First, this command will compute the comorbidity scores. This command also is rather slow to run. The table returned contains the p-value (one-tailed Fisher's exact test) for the association of each genetic similarity metric (or any genetic similarity metric) with comorbidity.
comorbidity_analysis('mendelian')
comorb. association | |
---|---|
gene_enrichment | 0.014262 |
pathway_correlation | 0.010951 |
coex_CG | 0.001103 |
NC_set | 0.041618 |
Any Metric | 0.000077 |
5 rows × 1 columns
comorbidity_analysis('mendelian_germline')

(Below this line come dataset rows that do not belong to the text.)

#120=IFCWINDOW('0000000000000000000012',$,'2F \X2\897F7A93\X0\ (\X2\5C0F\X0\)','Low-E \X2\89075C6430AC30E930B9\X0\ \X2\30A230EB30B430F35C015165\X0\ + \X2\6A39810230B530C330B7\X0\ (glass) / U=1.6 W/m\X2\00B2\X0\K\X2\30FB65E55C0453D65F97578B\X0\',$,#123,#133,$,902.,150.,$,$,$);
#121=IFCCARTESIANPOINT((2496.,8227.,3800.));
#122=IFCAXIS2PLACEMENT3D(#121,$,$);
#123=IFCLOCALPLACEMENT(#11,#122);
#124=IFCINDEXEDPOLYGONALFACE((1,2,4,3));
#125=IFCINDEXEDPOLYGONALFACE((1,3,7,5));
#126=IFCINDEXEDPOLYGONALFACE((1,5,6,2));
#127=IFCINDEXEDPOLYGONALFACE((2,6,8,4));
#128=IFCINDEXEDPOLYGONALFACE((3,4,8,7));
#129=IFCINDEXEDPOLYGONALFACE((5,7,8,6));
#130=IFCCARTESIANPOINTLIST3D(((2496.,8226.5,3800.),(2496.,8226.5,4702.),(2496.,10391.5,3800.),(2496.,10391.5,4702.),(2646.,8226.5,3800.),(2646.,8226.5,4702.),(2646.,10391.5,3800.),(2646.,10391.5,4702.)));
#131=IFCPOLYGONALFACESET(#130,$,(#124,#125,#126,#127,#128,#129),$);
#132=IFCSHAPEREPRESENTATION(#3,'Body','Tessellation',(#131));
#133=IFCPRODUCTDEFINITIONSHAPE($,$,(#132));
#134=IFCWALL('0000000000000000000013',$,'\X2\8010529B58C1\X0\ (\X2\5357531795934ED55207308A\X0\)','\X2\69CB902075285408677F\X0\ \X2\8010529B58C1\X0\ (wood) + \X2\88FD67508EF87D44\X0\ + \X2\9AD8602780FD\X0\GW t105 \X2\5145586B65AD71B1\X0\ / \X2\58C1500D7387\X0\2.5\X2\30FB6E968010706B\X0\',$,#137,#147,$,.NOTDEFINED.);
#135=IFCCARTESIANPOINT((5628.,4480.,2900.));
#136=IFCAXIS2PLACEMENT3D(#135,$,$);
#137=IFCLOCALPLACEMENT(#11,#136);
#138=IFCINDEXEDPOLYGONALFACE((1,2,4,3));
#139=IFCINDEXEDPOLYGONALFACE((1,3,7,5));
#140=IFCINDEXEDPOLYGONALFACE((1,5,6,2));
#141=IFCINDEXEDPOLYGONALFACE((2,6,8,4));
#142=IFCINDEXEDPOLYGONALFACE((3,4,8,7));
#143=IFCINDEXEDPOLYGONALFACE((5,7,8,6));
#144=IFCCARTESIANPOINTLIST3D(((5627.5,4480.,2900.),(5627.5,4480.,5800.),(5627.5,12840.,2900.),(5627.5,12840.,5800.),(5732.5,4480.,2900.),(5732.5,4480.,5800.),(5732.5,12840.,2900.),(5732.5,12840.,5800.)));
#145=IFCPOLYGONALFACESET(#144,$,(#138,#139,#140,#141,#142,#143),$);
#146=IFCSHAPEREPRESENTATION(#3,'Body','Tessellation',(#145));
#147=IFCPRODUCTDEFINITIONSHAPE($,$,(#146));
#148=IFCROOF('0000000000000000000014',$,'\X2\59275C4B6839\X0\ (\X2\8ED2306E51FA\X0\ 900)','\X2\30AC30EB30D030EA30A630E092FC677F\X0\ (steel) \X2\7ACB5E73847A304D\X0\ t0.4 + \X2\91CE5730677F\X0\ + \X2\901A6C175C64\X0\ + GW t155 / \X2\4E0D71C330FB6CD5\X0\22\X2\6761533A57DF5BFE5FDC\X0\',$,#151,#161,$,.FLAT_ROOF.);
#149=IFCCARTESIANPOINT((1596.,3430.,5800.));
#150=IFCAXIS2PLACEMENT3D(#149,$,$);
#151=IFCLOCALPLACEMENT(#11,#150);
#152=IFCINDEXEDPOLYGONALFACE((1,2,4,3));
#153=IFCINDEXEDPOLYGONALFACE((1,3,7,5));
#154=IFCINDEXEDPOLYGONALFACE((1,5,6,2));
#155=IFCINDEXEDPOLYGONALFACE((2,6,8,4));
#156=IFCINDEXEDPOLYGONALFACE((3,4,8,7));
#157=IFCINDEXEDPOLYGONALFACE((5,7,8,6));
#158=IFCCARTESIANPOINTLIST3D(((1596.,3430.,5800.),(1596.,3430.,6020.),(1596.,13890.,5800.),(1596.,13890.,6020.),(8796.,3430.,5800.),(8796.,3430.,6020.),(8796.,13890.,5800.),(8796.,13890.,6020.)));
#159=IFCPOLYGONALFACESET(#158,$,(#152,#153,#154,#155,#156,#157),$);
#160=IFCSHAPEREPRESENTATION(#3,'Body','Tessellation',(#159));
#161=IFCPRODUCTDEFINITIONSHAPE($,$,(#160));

The tables created in the comorbidity_analysis_mendelian* directories are as follows:
The results of this run contain the supplementary tables in a text format that can be opened in Excel:
Supplementary Table 2 corresponds to data_source/cancer_tables.txt, and was manually created rather than being the output of these scripts.
The figures were all made in MATLAB. They relied on tables pre-generated from Python, and stored in the directory figwork. These tables can be recreated by running:
figure_files('mendelian')
Then, direct MATLAB to the analysis directory (melamed_mendelian, the directory that we have been running Python in). Then, run the script code/figures_final.m to generate the figures. This will generate them all at once, but one figure at a time can be created instead by copy-pasting the relevant section of the script into MATLAB.